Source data
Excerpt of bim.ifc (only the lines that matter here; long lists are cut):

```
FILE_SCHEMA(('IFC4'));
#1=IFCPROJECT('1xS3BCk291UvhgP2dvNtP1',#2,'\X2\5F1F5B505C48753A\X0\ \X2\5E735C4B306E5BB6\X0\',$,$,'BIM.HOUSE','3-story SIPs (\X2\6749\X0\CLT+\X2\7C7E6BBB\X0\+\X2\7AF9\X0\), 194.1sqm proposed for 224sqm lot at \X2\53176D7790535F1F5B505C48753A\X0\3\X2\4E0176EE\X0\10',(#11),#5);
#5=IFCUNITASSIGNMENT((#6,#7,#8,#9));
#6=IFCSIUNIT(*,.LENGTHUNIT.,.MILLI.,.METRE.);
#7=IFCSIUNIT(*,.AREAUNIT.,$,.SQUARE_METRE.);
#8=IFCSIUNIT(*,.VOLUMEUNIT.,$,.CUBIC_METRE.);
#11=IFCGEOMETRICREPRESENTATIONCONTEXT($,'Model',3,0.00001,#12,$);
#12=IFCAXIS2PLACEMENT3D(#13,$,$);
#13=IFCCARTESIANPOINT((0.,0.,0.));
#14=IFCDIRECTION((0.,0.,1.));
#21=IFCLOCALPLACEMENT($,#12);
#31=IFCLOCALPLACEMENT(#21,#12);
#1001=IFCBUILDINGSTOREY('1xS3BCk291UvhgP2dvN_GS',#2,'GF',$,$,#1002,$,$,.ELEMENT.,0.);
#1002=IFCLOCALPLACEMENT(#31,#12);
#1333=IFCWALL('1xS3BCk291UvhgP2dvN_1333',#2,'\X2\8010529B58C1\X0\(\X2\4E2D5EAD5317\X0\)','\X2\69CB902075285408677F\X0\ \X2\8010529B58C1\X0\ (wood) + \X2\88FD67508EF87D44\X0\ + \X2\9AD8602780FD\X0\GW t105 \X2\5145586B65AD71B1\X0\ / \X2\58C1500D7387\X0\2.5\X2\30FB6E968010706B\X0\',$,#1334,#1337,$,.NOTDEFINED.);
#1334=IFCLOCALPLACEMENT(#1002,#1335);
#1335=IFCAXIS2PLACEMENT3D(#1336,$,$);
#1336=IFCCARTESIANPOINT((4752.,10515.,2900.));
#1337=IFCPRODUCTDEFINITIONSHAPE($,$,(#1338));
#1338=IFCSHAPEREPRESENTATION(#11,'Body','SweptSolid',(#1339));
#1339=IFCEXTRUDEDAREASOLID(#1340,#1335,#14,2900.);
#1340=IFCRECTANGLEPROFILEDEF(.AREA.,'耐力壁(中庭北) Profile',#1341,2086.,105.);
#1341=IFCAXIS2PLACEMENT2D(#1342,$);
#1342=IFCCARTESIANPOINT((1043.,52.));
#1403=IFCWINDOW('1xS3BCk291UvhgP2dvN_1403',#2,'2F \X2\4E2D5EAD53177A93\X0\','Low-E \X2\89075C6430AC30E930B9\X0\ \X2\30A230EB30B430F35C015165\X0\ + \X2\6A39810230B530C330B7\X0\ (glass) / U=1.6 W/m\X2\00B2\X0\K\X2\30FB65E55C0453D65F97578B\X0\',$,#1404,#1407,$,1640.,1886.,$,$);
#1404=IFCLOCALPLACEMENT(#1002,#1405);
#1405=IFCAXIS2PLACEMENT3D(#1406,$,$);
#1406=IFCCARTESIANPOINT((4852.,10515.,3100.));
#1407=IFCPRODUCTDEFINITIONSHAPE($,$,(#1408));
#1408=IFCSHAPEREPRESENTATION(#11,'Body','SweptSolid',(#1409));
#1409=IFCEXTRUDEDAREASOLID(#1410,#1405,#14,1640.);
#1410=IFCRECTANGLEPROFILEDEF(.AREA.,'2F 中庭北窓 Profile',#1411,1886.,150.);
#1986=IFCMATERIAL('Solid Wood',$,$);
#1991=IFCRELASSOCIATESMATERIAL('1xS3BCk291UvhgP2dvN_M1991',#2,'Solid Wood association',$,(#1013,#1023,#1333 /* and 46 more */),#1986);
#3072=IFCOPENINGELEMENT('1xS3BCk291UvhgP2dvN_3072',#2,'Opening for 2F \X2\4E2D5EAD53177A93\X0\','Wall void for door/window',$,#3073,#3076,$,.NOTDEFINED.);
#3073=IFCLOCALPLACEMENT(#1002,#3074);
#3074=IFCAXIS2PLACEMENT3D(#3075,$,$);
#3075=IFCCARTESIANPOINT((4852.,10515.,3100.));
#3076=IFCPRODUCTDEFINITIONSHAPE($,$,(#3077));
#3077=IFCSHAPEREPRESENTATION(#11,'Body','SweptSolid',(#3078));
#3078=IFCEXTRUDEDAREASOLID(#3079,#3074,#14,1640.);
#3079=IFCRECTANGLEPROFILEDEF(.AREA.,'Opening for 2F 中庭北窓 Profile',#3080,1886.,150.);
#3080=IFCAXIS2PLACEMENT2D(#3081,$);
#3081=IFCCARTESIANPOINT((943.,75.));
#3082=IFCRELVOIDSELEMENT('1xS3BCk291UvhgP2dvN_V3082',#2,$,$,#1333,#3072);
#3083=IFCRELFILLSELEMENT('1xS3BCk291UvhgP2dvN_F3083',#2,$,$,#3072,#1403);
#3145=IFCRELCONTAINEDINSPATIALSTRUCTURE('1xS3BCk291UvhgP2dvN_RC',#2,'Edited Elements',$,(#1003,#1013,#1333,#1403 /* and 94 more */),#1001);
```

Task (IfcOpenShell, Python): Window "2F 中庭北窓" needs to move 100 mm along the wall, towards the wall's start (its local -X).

```python
import ifcopenshell
import ifcopenshell.api.geometry
import ifcopenshell.util.placement
import ifcopenshell.util.unit

model = ifcopenshell.open("bim.ifc")
unit_scale = ifcopenshell.util.unit.calculate_unit_scale(model)

window = model.by_guid("1xS3BCk291UvhgP2dvN_1403")
opening = window.FillsVoids[0].RelatingOpeningElement
wall = opening.VoidsElements[0].RelatingBuildingElement

wall_matrix = ifcopenshell.util.placement.get_local_placement(wall.ObjectPlacement)
shift = wall_matrix[:3, 0] * -0.1 / unit_scale
before = ifcopenshell.util.placement.get_local_placement(window.ObjectPlacement)[:3, 3].copy()

# The window is not placed relative to its opening, so move both.
for product in (opening, window):
    matrix = ifcopenshell.util.placement.get_local_placement(product.ObjectPlacement)
    matrix[:3, 3] += shift
    ifcopenshell.api.geometry.edit_object_placement(model, product=product, matrix=matrix, is_si=False)

after = ifcopenshell.util.placement.get_local_placement(window.ObjectPlacement)[:3, 3]
print("window moved by", (after - before).round(3) + 0.0)

model.write("bim_edited.ifc")
```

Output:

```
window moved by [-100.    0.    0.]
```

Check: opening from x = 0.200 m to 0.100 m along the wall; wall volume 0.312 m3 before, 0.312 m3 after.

TASK BRIEF:
Only lines of the data holding the word "IFCRECTANGLEPROFILEDEF" go in the answer. Please copy each of them.

PROBLEM SOLUTION:
#1340=IFCRECTANGLEPROFILEDEF(.AREA.,'耐力壁(中庭北) Profile',#1341,2086.,105.);
#1410=IFCRECTANGLEPROFILEDEF(.AREA.,'2F 中庭北窓 Profile',#1411,1886.,150.);
#3079=IFCRECTANGLEPROFILEDEF(.AREA.,'Opening for 2F 中庭北窓 Profile',#3080,1886.,150.);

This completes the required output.